All nodes from the same local network must use the same port number.
Example:
"file:test.db?blockchain=on&discovery=local:4329"
On this method some nodes have a fixed IP address and the other nodes connect to them.
The nodes with known address must also bind to a defined TCP port. This is informed using the bind
parameter.
Example URI for a "known" node:
"file:test.db?blockchain=on&bind=5501"
The other nodes must have an explicit discovery
parameter containing the address of the known nodes.
Example URI for the other nodes:
"file:test.db?blockchain=on&discovery=<ip-address>:<port>"
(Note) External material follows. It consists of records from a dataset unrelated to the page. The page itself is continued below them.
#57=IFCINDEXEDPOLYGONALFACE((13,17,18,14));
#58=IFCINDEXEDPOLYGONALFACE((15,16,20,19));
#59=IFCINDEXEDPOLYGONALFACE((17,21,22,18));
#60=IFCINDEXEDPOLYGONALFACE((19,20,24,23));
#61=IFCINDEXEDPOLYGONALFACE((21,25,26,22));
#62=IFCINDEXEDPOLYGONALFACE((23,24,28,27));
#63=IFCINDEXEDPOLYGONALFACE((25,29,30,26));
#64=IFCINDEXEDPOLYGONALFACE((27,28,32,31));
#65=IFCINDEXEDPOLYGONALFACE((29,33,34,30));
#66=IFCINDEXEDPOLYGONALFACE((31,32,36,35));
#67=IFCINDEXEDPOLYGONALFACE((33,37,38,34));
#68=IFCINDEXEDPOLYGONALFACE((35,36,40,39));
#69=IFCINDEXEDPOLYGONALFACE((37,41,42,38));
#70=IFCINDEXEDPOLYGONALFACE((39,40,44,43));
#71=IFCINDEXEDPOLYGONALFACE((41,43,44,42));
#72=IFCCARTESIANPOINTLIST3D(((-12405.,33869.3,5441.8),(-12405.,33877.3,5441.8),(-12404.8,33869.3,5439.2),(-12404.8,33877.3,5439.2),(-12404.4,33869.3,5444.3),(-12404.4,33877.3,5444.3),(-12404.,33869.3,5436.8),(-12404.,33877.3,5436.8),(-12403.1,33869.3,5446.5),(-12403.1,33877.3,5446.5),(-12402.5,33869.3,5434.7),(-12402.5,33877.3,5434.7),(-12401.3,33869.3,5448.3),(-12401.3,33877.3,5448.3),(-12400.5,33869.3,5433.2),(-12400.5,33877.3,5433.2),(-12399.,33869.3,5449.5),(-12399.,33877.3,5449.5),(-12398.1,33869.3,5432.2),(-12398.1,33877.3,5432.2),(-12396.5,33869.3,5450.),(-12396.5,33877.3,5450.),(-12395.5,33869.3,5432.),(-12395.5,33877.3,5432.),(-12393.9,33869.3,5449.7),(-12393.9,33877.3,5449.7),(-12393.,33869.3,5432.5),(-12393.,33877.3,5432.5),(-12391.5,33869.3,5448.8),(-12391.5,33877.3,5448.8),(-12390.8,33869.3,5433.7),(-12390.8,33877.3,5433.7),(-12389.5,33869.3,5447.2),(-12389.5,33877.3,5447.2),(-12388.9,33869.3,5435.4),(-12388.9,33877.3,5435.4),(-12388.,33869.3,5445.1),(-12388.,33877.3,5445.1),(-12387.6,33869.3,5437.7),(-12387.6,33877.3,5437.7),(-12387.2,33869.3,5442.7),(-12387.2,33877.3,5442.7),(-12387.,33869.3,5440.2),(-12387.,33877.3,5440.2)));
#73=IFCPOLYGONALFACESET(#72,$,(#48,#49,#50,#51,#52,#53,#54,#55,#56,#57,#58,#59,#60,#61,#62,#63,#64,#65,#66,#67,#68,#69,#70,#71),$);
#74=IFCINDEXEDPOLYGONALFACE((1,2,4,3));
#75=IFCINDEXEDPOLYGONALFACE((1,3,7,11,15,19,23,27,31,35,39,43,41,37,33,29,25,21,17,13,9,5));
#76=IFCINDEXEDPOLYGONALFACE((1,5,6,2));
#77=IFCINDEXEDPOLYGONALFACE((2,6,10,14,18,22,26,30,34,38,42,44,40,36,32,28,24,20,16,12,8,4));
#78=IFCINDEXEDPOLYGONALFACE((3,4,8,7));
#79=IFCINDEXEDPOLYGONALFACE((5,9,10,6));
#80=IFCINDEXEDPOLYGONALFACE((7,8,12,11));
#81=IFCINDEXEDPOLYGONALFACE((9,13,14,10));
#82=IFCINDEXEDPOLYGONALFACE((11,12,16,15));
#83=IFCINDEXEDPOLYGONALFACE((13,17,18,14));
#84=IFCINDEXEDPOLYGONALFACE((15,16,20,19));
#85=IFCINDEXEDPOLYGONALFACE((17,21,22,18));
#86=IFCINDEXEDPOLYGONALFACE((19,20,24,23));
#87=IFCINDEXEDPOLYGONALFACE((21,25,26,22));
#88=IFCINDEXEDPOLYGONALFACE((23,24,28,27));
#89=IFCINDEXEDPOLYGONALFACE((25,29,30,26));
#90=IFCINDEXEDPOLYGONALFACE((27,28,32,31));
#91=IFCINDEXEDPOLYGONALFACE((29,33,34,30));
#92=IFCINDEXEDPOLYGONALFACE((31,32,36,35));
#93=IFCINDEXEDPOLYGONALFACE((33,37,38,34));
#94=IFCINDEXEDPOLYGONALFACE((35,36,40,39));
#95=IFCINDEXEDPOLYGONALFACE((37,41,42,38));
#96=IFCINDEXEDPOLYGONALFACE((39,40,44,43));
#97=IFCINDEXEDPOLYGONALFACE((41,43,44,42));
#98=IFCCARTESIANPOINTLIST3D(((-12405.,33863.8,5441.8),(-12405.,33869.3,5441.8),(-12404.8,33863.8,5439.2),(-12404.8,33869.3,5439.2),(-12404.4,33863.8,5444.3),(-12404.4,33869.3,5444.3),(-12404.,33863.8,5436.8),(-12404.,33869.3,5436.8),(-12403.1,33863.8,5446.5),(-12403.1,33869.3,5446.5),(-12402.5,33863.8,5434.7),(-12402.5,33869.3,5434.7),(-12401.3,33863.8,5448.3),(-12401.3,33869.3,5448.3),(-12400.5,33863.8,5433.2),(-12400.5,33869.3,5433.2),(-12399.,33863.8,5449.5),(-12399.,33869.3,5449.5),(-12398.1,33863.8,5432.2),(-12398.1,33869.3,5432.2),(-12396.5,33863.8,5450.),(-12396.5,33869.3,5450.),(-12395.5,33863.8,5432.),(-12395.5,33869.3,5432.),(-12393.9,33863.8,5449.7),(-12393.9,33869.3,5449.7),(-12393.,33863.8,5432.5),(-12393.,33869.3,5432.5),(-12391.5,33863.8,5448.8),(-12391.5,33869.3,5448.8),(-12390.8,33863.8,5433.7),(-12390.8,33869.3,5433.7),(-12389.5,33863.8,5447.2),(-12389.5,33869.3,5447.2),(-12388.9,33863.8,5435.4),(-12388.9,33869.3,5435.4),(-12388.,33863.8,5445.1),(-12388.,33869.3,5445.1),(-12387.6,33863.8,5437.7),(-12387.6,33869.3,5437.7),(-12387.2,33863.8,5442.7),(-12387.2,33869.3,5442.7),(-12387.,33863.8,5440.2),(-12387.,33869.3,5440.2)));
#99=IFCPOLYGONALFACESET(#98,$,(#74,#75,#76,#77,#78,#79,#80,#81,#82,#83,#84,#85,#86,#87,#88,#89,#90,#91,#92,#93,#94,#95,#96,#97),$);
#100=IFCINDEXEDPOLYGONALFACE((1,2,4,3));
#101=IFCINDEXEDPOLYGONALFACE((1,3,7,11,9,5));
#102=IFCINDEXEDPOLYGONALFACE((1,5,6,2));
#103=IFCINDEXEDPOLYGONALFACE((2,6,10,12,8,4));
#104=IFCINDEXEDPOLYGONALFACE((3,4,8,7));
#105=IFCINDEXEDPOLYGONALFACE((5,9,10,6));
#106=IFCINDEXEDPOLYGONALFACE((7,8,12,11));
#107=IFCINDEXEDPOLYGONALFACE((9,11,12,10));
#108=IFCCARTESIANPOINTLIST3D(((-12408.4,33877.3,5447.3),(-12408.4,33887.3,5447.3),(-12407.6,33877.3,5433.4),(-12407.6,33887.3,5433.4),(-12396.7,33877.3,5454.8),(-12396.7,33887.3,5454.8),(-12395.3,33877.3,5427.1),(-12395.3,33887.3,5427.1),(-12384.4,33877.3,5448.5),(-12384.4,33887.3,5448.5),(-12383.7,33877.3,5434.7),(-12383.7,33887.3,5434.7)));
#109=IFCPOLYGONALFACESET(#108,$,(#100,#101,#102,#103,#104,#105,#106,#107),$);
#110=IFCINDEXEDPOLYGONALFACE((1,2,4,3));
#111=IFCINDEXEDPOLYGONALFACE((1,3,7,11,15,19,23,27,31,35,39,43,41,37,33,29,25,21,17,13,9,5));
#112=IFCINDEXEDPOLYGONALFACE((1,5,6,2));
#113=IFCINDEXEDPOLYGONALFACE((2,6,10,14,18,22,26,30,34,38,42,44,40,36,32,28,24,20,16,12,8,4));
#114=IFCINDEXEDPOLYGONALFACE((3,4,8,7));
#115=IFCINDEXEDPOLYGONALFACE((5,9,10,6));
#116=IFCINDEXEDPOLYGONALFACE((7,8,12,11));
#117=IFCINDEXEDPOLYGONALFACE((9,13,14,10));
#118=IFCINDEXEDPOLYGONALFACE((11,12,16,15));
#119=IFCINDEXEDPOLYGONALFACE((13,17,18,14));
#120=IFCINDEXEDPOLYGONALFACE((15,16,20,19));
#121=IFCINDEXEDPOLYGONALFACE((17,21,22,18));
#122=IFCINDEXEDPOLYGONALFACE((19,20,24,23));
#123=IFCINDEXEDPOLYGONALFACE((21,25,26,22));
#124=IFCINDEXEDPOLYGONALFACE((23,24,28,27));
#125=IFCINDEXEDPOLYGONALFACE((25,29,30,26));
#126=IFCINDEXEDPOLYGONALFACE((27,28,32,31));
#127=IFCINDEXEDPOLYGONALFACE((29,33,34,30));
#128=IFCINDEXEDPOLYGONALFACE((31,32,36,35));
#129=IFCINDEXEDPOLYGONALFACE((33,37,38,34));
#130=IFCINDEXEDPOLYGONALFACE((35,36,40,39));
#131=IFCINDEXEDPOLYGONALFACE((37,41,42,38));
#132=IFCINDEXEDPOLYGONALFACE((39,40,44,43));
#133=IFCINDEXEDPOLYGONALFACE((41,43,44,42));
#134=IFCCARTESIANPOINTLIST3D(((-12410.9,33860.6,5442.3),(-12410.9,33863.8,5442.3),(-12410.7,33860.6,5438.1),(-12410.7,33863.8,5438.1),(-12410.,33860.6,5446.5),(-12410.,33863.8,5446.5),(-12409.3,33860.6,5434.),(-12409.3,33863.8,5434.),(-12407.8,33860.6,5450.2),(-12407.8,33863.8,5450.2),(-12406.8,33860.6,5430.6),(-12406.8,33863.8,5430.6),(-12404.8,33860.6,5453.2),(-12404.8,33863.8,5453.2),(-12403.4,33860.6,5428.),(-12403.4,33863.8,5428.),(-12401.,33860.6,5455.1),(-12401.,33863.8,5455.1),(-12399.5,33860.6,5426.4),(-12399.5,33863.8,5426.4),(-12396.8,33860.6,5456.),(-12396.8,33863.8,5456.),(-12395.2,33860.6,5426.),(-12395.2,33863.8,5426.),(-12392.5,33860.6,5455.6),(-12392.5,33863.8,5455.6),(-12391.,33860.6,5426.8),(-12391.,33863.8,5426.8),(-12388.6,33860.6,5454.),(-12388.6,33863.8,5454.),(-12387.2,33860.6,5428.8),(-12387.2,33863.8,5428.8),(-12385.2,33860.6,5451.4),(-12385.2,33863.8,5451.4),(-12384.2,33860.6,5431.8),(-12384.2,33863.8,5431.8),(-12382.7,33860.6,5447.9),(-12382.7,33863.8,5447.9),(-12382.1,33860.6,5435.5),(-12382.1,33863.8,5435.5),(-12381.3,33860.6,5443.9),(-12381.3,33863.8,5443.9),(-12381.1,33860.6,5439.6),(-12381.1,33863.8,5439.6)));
We can also specify the addresses of more known nodes:
"file:test.db?blockchain=on&discovery=<ip-address1>:<port1>,<ip-address2>:<port2>"
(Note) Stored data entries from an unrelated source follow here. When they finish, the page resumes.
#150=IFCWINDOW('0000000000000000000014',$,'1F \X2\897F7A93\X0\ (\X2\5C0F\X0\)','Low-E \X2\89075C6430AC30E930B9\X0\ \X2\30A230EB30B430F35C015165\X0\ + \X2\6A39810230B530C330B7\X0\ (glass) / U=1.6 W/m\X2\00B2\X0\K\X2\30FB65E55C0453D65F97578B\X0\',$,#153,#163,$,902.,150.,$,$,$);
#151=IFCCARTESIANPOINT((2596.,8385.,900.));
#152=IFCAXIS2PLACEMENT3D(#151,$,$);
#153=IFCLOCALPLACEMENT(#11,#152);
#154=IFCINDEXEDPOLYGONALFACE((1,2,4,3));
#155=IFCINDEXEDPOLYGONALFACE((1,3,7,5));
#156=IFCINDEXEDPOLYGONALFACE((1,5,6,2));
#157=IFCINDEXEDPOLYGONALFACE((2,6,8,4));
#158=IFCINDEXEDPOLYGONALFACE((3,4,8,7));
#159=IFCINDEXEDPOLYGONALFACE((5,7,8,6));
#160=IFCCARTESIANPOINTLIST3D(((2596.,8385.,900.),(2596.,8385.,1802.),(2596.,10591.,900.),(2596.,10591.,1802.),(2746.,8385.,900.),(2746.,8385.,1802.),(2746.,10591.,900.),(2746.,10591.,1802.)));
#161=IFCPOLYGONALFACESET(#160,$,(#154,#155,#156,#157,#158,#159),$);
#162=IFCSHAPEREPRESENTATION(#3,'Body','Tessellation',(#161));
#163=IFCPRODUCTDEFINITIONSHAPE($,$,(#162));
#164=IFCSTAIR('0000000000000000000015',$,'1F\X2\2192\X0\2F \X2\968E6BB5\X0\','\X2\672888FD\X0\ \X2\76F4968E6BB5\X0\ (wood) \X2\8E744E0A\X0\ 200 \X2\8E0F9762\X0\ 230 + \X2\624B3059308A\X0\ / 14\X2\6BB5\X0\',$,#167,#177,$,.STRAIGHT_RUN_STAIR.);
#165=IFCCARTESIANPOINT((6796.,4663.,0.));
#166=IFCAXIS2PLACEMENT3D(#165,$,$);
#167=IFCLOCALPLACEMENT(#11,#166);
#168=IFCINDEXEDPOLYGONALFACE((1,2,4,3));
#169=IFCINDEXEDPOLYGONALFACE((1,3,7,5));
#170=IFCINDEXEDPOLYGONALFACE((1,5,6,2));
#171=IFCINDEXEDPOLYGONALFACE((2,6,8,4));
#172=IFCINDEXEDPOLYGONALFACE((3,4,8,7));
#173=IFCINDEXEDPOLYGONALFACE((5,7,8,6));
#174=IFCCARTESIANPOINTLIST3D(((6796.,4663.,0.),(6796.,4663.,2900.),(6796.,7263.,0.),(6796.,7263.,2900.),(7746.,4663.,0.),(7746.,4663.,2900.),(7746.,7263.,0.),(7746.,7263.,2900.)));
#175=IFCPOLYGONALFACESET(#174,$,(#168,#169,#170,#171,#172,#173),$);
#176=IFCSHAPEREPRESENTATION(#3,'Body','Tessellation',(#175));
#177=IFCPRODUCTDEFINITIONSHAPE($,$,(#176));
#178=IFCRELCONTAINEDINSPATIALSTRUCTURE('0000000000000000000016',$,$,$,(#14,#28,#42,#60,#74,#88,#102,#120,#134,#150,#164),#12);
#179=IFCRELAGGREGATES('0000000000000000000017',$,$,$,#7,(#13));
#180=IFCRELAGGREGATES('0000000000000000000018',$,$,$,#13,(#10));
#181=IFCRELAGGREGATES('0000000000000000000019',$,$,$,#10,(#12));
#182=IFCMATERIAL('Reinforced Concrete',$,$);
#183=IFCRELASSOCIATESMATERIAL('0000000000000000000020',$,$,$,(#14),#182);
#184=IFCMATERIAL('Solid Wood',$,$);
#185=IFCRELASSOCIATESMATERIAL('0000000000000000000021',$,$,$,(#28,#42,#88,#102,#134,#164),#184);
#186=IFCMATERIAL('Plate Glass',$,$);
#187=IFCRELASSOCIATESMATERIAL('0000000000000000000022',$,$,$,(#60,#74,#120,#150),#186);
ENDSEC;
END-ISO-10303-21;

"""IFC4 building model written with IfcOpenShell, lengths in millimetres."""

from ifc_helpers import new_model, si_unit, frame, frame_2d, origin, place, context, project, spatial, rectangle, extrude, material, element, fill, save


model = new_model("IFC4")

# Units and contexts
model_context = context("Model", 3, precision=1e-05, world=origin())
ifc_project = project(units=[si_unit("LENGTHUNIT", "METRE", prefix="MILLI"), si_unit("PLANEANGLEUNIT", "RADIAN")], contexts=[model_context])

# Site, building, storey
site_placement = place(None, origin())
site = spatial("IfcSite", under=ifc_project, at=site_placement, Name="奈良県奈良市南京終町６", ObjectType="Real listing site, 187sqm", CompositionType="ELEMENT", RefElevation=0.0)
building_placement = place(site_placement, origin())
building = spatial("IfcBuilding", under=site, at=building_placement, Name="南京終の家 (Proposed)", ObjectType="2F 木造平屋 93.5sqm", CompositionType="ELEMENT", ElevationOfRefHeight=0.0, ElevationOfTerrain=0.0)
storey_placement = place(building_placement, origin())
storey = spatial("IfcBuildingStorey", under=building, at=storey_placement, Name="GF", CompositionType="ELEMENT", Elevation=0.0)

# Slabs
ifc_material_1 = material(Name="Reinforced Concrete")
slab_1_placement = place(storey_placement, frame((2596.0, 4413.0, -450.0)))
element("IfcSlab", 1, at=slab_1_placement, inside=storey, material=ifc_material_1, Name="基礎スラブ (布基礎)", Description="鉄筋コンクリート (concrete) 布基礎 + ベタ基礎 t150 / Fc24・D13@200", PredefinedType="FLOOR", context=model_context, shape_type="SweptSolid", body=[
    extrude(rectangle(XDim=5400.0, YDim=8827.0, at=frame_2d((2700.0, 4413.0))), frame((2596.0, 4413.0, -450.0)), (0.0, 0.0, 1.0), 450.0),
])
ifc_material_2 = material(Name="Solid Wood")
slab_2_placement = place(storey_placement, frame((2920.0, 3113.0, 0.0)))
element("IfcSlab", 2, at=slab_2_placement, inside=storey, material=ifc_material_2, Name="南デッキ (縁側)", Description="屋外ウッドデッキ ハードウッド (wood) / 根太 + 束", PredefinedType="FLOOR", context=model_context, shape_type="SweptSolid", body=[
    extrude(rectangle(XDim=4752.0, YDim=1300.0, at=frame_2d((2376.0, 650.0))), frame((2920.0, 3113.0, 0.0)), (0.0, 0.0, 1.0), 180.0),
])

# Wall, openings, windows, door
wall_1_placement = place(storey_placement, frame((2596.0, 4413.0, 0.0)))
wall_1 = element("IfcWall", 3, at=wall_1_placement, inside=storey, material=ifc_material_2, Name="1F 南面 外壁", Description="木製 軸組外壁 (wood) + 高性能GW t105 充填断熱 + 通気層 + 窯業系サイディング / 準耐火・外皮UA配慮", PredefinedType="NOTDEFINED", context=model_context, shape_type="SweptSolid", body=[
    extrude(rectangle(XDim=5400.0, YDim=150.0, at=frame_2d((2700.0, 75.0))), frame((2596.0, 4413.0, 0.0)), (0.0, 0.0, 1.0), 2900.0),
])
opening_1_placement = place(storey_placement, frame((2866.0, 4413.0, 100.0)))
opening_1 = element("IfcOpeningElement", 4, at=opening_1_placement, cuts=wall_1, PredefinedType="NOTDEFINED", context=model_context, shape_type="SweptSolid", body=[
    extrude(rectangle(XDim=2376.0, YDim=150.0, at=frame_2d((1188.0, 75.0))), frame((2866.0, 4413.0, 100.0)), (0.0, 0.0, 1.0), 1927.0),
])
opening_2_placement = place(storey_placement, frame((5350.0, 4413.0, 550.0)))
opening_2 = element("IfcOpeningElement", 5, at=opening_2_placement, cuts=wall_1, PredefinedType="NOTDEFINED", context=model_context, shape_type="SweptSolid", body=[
Once a connection is established and the node is accepted they exchange a list of active nodes addresses.
We can also use the 2 above methods at the same time. This can be useful when we have some nodes on the LAN and others that are outside.
We can fix the address of one or more nodes so they can be found by nodes from outside the local network.
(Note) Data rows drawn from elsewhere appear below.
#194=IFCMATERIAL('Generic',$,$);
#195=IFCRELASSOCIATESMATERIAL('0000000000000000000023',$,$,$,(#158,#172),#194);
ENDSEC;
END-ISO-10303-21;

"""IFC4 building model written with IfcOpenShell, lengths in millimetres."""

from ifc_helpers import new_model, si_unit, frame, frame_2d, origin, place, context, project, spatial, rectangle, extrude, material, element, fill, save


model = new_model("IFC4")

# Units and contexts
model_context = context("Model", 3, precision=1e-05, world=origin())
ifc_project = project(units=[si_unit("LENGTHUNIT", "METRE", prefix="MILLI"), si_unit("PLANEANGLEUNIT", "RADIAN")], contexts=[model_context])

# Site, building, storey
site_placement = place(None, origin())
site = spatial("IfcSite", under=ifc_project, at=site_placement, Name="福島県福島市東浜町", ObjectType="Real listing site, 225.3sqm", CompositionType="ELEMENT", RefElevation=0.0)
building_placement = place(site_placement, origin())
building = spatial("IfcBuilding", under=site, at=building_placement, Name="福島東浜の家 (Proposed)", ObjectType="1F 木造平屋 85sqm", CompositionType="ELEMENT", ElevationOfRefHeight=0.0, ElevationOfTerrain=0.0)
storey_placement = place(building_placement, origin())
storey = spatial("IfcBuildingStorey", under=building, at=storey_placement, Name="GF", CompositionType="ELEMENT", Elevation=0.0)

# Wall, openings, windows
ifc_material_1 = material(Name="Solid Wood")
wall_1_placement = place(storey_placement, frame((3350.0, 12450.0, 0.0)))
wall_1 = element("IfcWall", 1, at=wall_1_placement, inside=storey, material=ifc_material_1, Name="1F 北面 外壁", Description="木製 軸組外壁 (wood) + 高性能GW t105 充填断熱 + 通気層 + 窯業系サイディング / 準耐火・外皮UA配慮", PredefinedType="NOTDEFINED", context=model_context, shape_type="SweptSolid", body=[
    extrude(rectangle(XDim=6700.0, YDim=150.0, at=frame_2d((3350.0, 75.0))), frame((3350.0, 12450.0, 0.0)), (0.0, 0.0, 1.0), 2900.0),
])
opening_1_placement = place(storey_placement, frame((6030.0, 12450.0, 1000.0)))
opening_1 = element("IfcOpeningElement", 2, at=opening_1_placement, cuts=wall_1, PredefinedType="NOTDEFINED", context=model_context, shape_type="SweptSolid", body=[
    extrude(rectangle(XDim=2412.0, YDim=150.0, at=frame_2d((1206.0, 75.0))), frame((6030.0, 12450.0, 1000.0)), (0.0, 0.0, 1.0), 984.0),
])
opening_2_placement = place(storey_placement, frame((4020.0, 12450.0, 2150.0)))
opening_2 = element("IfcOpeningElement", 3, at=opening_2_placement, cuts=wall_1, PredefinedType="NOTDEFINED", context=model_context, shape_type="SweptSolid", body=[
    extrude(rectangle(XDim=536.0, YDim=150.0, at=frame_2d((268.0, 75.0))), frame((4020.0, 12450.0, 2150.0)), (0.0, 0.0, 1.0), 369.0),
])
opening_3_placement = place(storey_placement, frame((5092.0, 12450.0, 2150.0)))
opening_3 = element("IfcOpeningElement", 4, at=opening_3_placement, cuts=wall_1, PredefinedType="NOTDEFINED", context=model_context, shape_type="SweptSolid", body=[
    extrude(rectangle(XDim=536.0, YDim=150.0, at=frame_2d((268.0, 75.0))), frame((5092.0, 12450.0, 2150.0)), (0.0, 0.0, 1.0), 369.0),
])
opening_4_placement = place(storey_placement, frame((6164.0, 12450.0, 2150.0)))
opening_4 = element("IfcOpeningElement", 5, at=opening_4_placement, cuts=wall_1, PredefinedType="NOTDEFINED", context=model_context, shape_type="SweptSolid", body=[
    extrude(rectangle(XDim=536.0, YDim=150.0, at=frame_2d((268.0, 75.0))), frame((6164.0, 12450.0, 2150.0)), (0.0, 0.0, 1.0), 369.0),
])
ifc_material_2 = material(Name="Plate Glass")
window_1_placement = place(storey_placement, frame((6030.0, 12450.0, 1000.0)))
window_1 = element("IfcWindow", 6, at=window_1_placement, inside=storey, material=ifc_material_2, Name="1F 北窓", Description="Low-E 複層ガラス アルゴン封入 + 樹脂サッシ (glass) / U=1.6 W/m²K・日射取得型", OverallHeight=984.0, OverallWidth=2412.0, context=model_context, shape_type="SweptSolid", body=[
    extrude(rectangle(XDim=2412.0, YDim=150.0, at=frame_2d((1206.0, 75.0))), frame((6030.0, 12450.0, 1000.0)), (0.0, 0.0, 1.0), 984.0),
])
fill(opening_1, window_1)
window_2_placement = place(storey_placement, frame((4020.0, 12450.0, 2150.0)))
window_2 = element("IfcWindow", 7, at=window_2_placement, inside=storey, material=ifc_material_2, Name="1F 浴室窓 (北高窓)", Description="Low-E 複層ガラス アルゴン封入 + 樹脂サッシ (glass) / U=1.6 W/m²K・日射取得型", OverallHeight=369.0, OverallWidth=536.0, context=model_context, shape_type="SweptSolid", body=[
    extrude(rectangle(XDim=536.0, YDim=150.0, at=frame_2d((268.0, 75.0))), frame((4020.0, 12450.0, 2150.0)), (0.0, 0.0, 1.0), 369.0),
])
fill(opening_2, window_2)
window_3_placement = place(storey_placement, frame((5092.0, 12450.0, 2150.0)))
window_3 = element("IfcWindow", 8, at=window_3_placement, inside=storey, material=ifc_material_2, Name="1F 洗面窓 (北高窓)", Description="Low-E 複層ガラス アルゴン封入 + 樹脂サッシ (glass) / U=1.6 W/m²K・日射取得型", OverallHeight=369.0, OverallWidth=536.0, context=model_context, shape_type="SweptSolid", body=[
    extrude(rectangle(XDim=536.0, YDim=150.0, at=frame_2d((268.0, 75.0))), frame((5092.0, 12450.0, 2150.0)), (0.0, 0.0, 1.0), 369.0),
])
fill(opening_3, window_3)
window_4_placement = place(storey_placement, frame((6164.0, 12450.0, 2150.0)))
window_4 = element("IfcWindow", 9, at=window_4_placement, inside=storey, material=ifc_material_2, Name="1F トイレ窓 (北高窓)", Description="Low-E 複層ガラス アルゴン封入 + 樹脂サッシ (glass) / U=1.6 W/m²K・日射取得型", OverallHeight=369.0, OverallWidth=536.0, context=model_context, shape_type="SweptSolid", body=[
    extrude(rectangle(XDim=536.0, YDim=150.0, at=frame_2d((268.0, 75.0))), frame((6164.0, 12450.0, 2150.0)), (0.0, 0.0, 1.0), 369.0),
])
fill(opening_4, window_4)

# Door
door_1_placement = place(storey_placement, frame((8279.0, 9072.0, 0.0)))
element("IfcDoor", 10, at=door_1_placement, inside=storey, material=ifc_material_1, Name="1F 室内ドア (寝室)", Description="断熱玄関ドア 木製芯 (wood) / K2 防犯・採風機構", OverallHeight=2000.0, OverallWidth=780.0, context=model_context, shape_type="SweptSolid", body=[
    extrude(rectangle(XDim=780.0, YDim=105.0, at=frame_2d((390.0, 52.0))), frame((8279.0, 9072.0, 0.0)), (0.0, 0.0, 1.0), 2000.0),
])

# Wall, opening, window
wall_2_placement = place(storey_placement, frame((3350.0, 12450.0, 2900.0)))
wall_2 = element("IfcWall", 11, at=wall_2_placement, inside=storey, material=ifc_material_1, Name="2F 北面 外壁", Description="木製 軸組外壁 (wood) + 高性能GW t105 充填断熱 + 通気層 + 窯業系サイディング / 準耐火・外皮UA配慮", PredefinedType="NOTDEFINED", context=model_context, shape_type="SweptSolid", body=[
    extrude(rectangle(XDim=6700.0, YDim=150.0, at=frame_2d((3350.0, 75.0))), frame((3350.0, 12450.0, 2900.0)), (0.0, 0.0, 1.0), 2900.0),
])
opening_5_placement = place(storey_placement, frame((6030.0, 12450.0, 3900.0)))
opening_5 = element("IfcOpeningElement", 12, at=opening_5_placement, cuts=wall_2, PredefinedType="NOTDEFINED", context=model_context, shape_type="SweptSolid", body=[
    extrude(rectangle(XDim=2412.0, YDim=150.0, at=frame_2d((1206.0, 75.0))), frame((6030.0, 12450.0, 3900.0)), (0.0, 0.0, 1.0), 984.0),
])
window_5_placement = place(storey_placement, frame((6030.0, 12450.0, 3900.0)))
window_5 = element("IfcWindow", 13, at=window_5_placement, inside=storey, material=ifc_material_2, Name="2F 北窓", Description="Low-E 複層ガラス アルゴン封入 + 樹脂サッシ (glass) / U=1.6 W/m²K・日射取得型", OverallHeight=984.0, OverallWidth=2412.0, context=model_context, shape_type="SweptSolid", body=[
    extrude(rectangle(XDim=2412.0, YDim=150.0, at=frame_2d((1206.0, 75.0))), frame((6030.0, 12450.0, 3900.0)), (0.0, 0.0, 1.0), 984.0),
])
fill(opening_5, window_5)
Nodes on the LAN will discover local nodes via UDP broadcast and can either connect to known nodes outside the LAN or receive connections from them.
Known nodes can bind to a port, find local nodes via broadcast and also connect to external known nodes. Example:
"file:test.db?blockchain=on&bind=1234&discovery=local:1234,<outside_ip1>:<port1>,<outside_ip2>:<port2>"
Nodes without fixed address will use the local discovery and the connection to outside known nodes:
"file:test.db?blockchain=on&discovery=local:1234,<outside_ip1>:<port1>,<outside_ip2>:<port2>"
If nodes on this LAN are just receiving connections from outside, then the discovery
parameter must contain just the local discovery method.
You can list the nodes on your private blockchain network using the command:
PRAGMA nodes
It will list all authorized nodes, connected or not, and also connected nodes that are not yet authorized.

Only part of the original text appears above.